Майлз то ли не слышит, то ли не обращает внимания на мои слова.
— А иногда мне кажется, будто она разыгрывает спектакль. Притворяется ради меня, пытается угодить, а у самой внутри пустота.
— А в постели? — нагло выдаю я.
Майлз слюняво ухмыляется.
— О да, — говорит он. — В постели, на полу, под столом, в ванной. В ванне, на стиральной машине (на быстром отжиме было что-то особенное — я думал, она всю улицу перебудит), на крыше, в машине, на капоте… — У меня отваливается челюсть. Майлз протягивает руку и любезно ее захлопывает. — Здесь без проблем. — Он хмурится. — Хотя иногда не могу отделаться от ощущения, словно она просто играет, старается для меня. Понимаешь?
Понимаю.
— Тогда тебе не о чем волноваться. С такими спектаклями я бы вообще ни о чем не беспокоился.
— Да, так-то оно так, — говорит Майлз. — Я делаю все, что любят девчонки: дарю цветы, делаю неожиданные подарки, устраиваю загадочные отъезды и уик-энды в роскошных отелях. Помню, в июне погода не задалась: целыми днями дождь лил. Так я взял билеты на Капри. Нам приносили ужин на пляж, и мы ели при лунном свете. И все равно мне кажется… будто Бет знает об удовольствиях все, но понятия не имеет, что такое счастье. — Майлз устремляет на меня лучезарные голубые глаза, точно стараясь прочесть ответ на моем лице.
Я качаю головой и отвожу взгляд.

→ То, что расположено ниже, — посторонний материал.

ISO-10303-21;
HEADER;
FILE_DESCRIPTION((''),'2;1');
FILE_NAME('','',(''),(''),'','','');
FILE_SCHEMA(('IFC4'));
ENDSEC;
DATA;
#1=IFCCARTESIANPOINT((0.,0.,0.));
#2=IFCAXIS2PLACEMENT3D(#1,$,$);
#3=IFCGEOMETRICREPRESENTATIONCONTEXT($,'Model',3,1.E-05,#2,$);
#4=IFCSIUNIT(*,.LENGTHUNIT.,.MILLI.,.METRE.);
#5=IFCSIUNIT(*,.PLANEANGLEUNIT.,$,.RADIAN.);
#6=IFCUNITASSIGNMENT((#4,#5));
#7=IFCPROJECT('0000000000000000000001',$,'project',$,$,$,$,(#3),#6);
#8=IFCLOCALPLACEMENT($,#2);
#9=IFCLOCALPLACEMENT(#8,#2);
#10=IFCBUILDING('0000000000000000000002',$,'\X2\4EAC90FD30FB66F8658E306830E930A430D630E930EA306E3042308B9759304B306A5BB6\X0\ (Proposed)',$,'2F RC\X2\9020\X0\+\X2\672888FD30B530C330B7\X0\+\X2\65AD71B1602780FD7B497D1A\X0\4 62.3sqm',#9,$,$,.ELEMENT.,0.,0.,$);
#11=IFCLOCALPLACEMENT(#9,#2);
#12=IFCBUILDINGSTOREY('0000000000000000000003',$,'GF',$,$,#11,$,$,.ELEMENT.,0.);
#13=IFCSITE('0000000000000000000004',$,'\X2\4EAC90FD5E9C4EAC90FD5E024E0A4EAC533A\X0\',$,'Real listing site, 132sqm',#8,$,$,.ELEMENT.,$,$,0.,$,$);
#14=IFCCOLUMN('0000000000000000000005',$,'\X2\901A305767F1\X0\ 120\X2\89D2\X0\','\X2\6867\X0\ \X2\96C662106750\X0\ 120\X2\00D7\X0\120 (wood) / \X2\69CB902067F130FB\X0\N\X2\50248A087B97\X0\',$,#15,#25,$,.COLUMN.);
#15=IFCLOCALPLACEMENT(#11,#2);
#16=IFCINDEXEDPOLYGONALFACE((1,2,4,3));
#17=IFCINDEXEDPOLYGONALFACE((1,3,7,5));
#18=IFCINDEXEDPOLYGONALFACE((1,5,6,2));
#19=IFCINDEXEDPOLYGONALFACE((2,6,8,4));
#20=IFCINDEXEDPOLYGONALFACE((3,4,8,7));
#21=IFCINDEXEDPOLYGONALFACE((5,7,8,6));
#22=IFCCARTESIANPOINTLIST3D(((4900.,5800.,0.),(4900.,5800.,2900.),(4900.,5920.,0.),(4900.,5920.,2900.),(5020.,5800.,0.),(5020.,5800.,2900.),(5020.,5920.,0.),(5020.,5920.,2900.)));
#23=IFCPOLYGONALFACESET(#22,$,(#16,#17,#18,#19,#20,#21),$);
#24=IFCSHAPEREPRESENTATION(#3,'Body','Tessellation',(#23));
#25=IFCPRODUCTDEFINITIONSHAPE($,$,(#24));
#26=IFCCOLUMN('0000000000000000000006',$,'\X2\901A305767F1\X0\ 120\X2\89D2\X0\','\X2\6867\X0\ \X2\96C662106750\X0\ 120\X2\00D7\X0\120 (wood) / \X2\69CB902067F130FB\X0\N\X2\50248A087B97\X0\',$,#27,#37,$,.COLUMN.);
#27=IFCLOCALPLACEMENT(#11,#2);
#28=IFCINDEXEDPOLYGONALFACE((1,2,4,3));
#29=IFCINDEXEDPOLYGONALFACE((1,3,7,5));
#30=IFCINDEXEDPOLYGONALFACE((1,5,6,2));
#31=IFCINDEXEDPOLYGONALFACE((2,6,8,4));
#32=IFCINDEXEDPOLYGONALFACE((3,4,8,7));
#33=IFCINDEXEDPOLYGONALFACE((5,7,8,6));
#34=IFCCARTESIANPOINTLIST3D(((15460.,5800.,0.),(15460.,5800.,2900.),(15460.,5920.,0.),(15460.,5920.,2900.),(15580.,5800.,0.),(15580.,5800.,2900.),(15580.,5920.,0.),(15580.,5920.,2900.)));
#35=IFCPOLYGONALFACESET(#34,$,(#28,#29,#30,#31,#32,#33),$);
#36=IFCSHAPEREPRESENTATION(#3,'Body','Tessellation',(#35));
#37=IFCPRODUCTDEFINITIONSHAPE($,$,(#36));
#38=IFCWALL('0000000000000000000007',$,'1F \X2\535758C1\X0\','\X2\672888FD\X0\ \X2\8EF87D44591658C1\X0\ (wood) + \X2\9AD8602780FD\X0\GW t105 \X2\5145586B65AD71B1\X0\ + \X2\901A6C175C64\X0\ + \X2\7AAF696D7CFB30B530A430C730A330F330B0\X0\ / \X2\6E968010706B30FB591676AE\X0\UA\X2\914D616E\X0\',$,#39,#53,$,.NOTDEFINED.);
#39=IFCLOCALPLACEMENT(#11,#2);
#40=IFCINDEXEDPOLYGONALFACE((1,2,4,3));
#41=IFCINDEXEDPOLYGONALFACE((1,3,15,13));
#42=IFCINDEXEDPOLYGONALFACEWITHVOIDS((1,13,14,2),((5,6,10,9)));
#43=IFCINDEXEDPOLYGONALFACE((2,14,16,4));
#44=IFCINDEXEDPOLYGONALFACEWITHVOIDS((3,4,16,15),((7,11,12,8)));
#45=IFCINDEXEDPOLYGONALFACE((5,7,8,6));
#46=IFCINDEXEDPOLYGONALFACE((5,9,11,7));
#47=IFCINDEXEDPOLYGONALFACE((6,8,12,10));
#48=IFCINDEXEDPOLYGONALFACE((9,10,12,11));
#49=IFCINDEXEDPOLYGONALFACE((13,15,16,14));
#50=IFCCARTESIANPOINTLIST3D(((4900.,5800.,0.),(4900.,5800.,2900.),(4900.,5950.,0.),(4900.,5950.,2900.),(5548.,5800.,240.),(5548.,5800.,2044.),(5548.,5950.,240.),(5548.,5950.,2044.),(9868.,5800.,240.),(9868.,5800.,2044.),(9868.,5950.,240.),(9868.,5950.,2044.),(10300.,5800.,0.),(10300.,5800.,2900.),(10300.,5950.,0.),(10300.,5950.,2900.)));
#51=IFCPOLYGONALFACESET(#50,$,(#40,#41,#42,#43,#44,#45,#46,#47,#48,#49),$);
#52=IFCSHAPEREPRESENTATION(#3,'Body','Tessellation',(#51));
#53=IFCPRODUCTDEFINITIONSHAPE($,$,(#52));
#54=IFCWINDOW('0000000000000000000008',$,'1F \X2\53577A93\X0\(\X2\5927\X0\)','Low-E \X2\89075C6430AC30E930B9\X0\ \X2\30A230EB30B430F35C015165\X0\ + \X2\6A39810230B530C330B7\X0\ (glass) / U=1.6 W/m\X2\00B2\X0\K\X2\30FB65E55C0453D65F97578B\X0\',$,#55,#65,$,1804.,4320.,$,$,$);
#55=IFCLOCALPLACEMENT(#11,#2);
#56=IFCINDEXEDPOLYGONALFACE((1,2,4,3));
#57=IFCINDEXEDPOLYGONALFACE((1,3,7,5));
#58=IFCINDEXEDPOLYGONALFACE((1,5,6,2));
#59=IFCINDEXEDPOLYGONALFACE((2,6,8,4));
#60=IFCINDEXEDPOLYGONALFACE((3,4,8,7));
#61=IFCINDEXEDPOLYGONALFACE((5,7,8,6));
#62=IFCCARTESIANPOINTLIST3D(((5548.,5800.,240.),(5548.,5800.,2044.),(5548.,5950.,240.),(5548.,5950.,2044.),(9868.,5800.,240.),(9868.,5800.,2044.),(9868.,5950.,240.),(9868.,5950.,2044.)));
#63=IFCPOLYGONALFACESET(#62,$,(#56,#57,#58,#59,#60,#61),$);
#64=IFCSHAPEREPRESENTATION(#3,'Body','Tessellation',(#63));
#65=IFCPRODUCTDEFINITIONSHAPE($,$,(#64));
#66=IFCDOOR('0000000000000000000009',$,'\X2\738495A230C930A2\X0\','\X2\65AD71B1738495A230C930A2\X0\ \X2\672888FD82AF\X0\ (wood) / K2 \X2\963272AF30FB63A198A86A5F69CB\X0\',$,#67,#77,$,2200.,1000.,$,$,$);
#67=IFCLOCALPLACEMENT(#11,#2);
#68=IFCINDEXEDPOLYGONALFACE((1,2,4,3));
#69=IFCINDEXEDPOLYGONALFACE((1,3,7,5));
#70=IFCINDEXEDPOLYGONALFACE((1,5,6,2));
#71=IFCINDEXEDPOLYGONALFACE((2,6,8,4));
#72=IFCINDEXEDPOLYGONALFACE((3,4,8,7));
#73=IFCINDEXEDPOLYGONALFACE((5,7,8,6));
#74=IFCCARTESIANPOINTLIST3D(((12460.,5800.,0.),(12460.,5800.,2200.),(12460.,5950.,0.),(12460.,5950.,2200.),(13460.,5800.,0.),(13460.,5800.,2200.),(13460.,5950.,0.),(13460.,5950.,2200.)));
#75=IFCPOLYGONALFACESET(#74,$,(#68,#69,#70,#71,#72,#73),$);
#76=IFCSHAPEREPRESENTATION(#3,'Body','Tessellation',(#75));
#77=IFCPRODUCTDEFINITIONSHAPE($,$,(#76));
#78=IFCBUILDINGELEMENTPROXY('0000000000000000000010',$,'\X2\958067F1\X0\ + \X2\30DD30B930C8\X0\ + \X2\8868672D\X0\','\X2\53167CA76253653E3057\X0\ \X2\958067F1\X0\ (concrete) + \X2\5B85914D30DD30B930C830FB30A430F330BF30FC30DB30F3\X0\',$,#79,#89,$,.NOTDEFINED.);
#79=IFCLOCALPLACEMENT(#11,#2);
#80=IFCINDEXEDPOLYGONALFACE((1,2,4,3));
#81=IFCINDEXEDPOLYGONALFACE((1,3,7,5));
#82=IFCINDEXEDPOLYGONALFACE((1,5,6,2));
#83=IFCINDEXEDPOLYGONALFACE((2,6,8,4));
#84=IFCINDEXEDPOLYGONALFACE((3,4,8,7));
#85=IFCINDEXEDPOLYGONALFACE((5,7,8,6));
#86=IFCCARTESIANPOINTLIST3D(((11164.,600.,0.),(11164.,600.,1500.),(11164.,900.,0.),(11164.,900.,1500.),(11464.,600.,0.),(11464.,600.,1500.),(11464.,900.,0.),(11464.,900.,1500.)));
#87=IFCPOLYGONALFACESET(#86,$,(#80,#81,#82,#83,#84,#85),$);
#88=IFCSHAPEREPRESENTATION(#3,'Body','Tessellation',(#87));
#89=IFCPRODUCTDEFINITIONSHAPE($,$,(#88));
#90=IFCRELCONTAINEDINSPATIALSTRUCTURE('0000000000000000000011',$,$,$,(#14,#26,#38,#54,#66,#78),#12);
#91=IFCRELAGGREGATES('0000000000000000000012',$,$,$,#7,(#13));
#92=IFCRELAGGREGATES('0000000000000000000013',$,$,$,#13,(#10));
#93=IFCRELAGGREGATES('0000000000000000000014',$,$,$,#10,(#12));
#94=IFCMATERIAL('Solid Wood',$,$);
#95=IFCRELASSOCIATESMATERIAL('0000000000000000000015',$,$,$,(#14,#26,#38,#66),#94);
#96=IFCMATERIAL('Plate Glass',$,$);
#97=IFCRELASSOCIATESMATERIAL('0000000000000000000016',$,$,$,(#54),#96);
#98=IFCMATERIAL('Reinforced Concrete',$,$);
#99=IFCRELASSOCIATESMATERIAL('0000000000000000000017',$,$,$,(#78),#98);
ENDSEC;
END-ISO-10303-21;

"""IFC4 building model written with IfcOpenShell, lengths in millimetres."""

from ifc_helpers import new_model, si_unit, frame, frame_2d, origin, place, context, project, spatial, rectangle, extrude, material, element, fill, save


model = new_model("IFC4")

# Units and contexts
model_context = context("Model", 3, precision=1e-05, world=origin())
ifc_project = project(units=[si_unit("LENGTHUNIT", "METRE", prefix="MILLI"), si_unit("PLANEANGLEUNIT", "RADIAN")], contexts=[model_context])

# Site, building, storey
site_placement = place(None, origin())
site = spatial("IfcSite", under=ifc_project, at=site_placement, Name="京都府京都市上京区", ObjectType="Real listing site, 132sqm", CompositionType="ELEMENT", RefElevation=0.0)
building_placement = place(site_placement, origin())
building = spatial("IfcBuilding", under=site, at=building_placement, Name="京都・書斎とライブラリのある静かな家 (Proposed)", ObjectType="2F RC造+木製サッシ+断熱性能等級4 62.3sqm", CompositionType="ELEMENT", ElevationOfRefHeight=0.0, ElevationOfTerrain=0.0)
storey_placement = place(building_placement, origin())
storey = spatial("IfcBuildingStorey", under=building, at=storey_placement, Name="GF", CompositionType="ELEMENT", Elevation=0.0)

# Columns
ifc_material_1 = material(Name="Solid Wood")
column_1_placement = place(storey_placement, frame((2450.0, 2900.0, 0.0)))
element("IfcColumn", 1, at=column_1_placement, inside=storey, material=ifc_material_1, Name="通し柱 120角", Description="桧 集成材 120×120 (wood) / 構造柱・N値計算", PredefinedType="COLUMN", context=model_context, shape_type="SweptSolid", body=[
    extrude(rectangle(XDim=120.0, YDim=120.0, at=frame_2d((60.0, 60.0))), frame((2450.0, 2900.0, 0.0)), (0.0, 0.0, 1.0), 2900.0),
])
column_2_placement = place(storey_placement, frame((7730.0, 2900.0, 0.0)))
element("IfcColumn", 2, at=column_2_placement, inside=storey, material=ifc_material_1, Name="通し柱 120角", Description="桧 集成材 120×120 (wood) / 構造柱・N値計算", PredefinedType="COLUMN", context=model_context, shape_type="SweptSolid", body=[
    extrude(rectangle(XDim=120.0, YDim=120.0, at=frame_2d((60.0, 60.0))), frame((7730.0, 2900.0, 0.0)), (0.0, 0.0, 1.0), 2900.0),
])

# Shared definitions
ifc_material_2 = material(Name="Reinforced Concrete")

# Wall, openings, window, door
wall_1_placement = place(storey_placement, frame((2450.0, 2900.0, 0.0)))
wall_1 = element("IfcWall", 3, at=wall_1_placement, inside=storey, material=ifc_material_1, Name="1F 南壁", Description="木製 軸組外壁 (wood) + 高性能GW t105 充填断熱 + 通気層 + 窯業系サイディング / 準耐火・外皮UA配慮", PredefinedType="NOTDEFINED", context=model_context, shape_type="SweptSolid", body=[
    extrude(rectangle(XDim=5400.0, YDim=150.0, at=frame_2d((2700.0, 75.0))), frame((2450.0, 2900.0, 0.0)), (0.0, 0.0, 1.0), 2900.0),
])
opening_1_placement = place(storey_placement, frame((2774.0, 2900.0, 120.0)))
opening_1 = element("IfcOpeningElement", 4, at=opening_1_placement, cuts=wall_1, PredefinedType="NOTDEFINED", context=model_context, shape_type="SweptSolid", body=[
    extrude(rectangle(XDim=4320.0, YDim=150.0, at=frame_2d((2160.0, 75.0))), frame((2774.0, 2900.0, 120.0)), (0.0, 0.0, 1.0), 1804.0),
])
opening_2_placement = place(storey_placement, frame((6230.0, 2900.0, 0.0)))
opening_2 = element("IfcOpeningElement", 5, at=opening_2_placement, cuts=wall_1, PredefinedType="NOTDEFINED", context=model_context, shape_type="SweptSolid", body=[
    extrude(rectangle(XDim=1000.0, YDim=150.0, at=frame_2d((500.0, 75.0))), frame((6230.0, 2900.0, 0.0)), (0.0, 0.0, 1.0), 2200.0),
])
ifc_material_3 = material(Name="Plate Glass")
window_1_placement = place(storey_placement, frame((2774.0, 2900.0, 120.0)))
window_1 = element("IfcWindow", 6, at=window_1_placement, inside=storey, material=ifc_material_3, Name="1F 南窓(大)", Description="Low-E 複層ガラス アルゴン封入 + 樹脂サッシ (glass) / U=1.6 W/m²K・日射取得型", OverallHeight=1804.0, OverallWidth=4320.0, context=model_context, shape_type="SweptSolid", body=[
    extrude(rectangle(XDim=4320.0, YDim=150.0, at=frame_2d((2160.0, 75.0))), frame((2774.0, 2900.0, 120.0)), (0.0, 0.0, 1.0), 1804.0),
])
fill(opening_1, window_1)
door_1_placement = place(storey_placement, frame((6230.0, 2900.0, 0.0)))
door_1 = element("IfcDoor", 7, at=door_1_placement, inside=storey, material=ifc_material_1, Name="玄関ドア", Description="断熱玄関ドア 木製芯 (wood) / K2 防犯・採風機構", OverallHeight=2200.0, OverallWidth=1000.0, context=model_context, shape_type="SweptSolid", body=[
    extrude(rectangle(XDim=1000.0, YDim=150.0, at=frame_2d((500.0, 75.0))), frame((6230.0, 2900.0, 0.0)), (0.0, 0.0, 1.0), 2200.0),
])
fill(opening_2, door_1)

# Building element proxy
proxy_placement = place(storey_placement, frame((5582.0, 300.0, 0.0)))
element("IfcBuildingElementProxy", 8, at=proxy_placement, inside=storey, material=ifc_material_2, Name="門柱 + ポスト + 表札", Description="化粧打放し 門柱 (concrete) + 宅配ポスト・インターホン", PredefinedType="NOTDEFINED", context=model_context, shape_type="SweptSolid", body=[
    extrude(rectangle(XDim=300.0, YDim=300.0, at=frame_2d((150.0, 150.0))), frame((5582.0, 300.0, 0.0)), (0.0, 0.0, 1.0), 1500.0),
])

save(model, "model.ifc")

Немного поразмыслив, говорю:
— По большому счету в этом нет ничего плохого.
Он умолкает, стараясь подавить вздох — такой крошечный вздох в таком крупном теле — какой страшный гротеск! И как же все-таки противно себя чувствуешь, жалея человека, которого ты же и ударил по самому больному. Есть в этом что-то от сокрушений палача над бездыханным трупом — вдвойне грешно.